Natural Health Tips

Nutrition Basics: What Are Fats?

Basic Make up of fats

Fats are one of the three basic food categories along with proteins and carbohydrates. As fats have a higher carbon and hydrogen content compared to carbohydrates they have a higher energy content.

Fats are made up of glycerol and fatty acids, and fatty acids are to fats as amino acids are to proteins, in other words they are the building blocks of fats.

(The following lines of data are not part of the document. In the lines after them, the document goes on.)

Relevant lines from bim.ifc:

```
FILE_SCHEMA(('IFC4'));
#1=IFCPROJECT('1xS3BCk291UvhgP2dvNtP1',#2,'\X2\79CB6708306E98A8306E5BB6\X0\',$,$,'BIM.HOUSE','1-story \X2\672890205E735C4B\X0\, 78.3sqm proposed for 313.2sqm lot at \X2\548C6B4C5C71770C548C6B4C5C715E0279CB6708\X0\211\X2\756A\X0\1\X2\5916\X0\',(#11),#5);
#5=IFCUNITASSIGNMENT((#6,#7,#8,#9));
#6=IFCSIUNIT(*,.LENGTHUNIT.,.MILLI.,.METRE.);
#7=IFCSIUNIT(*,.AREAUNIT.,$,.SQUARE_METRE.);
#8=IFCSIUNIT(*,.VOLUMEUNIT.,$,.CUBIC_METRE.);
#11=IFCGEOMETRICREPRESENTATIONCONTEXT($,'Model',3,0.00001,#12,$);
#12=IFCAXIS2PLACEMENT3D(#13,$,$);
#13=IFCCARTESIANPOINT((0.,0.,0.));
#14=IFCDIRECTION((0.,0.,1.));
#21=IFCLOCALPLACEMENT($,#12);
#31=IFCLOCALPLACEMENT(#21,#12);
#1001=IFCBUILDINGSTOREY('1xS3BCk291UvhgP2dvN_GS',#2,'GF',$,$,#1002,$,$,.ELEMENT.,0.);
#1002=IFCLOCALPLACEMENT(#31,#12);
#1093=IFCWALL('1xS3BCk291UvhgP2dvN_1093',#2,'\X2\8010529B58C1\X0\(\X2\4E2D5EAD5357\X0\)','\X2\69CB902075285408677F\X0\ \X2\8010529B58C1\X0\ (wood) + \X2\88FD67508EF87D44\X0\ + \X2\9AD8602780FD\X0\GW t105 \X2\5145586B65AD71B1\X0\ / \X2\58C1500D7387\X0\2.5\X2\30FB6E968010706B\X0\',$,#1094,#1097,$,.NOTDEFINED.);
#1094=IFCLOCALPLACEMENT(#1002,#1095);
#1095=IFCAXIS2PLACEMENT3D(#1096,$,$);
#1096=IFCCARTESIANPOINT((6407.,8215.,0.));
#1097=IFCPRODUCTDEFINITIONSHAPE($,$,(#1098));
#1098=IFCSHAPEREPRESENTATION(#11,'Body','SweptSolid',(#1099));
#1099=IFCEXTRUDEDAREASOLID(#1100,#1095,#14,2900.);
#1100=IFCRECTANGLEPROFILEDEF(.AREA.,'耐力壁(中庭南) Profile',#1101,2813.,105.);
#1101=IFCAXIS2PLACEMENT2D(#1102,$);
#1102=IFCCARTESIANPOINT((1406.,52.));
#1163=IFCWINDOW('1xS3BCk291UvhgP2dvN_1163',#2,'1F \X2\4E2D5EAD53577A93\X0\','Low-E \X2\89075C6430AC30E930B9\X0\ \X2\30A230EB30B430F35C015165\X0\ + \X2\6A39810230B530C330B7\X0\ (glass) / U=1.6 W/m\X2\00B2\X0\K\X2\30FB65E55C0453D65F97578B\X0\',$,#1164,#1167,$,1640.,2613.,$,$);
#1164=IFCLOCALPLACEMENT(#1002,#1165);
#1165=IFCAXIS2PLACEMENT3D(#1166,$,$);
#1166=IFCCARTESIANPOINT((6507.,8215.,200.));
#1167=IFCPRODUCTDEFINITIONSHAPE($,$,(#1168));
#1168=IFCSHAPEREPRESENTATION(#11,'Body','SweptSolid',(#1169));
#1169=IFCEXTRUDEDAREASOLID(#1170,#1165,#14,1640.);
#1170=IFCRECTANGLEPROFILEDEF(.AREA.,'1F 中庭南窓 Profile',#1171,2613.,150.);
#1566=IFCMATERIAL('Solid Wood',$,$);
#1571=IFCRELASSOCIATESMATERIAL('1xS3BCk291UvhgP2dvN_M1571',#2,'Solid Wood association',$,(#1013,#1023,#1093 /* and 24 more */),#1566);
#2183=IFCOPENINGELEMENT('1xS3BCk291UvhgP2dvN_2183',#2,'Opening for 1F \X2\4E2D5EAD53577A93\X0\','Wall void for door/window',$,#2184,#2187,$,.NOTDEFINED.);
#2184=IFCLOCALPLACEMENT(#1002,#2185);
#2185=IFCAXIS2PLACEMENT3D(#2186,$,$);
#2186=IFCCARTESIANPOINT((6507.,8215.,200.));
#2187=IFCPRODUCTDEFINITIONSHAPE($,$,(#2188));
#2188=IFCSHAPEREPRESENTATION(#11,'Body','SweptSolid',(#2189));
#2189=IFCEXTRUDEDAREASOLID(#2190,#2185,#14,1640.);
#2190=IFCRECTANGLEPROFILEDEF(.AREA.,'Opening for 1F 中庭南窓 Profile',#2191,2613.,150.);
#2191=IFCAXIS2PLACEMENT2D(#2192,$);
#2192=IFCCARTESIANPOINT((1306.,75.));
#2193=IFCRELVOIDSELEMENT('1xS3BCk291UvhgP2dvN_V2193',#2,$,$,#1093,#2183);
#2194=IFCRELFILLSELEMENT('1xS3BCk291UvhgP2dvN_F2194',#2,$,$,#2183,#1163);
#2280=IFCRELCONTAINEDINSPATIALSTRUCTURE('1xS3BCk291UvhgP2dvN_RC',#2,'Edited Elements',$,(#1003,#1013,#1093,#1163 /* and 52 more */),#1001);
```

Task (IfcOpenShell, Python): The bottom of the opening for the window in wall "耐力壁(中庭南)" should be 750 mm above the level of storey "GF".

```python
import numpy as np
import ifcopenshell
import ifcopenshell.api.geometry
import ifcopenshell.geom
import ifcopenshell.util.element
import ifcopenshell.util.placement
import ifcopenshell.util.shape
import ifcopenshell.util.unit

model = ifcopenshell.open("bim.ifc")
unit_scale = ifcopenshell.util.unit.calculate_unit_scale(model)

window = model.by_id(1163)
opening = window.FillsVoids[0].RelatingOpeningElement
storey = ifcopenshell.util.element.get_container(window, ifc_class="IfcBuildingStorey")
level = ifcopenshell.util.placement.get_local_placement(storey.ObjectPlacement)[2, 3]

# The opening's origin need not be at the sill, so measure its lowest point.
shape = ifcopenshell.geom.create_shape(ifcopenshell.geom.settings(), opening)
bottom = ifcopenshell.util.shape.get_shape_bottom_elevation(shape, shape.geometry) / unit_scale
dz = level + 0.75 / unit_scale - bottom

shift = np.array([0.0, 0.0, dz])
# The window is not placed relative to its opening, so move both.
for product in (opening, window):
    matrix = ifcopenshell.util.placement.get_local_placement(product.ObjectPlacement)
    matrix[:3, 3] += shift
    ifcopenshell.api.geometry.edit_object_placement(model, product=product, matrix=matrix, is_si=False)

print(f"moved by {dz * unit_scale:+.3f} m")

model.write("bim_updated.ifc")
```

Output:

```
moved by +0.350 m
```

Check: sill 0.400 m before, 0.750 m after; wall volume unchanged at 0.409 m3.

Fatty acids can also vary in length in terms of how many carbon atoms they have in the chain.

Fats are used in the body as a source of energy, as insulation for organs and nerves and to regulate fat soluble vitamins (such as A, D, E and K).

Saturated, Monounsaturated and polyunsaturated fats

You may hear these terms often and wonder what they mean.

Saturated fats have the maximum number of hydrogen atoms in the fatty acids.

Unsaturated fats are the fatty acids in whose carbon chain there is at least one double bond which means that there will be fewer hydrogen atoms.

Polyunsaturated fats have two or more of these double bonds whilst monounsaturated fats have just the one.

Saturated fats are found mainly in animal fats, and they are usually solid at room temperature.

Hydrogenated fats such as margarines are not good for you. You should avoid them and use butter instead. You also have hydrogenated oils (like vegetable oils), these are partially saturated - and they are not good for you at all. Unfortunately many people use these oils for cooking and frying, and at such temperatures these oils break down into harmful substances and also increase inflammatory responses in the body (which are tied to heart disease).

As for saturated fat coming from meat - where you have animals that are totally pasture fed, and are free from growth hormones and antibiotics and from artificial or non-pasture feed, then the resultant meat (and dairy) will be greatly superior.

Polyunsaturated fats are found mainly in nuts and seeds and their oils. But remember, refined vegetable oils are not good for you, as they contain and produce trans-fats, harmful things.

Omega-3 fatty acids are an example of polyunsaturated fats which are beneficial for your health, however as polyunsaturated fats are subject to oxidation (due to light and air), they should be consumed quickly and not kept in storage for long times.

This matter will be expanded upon in future articles in this series.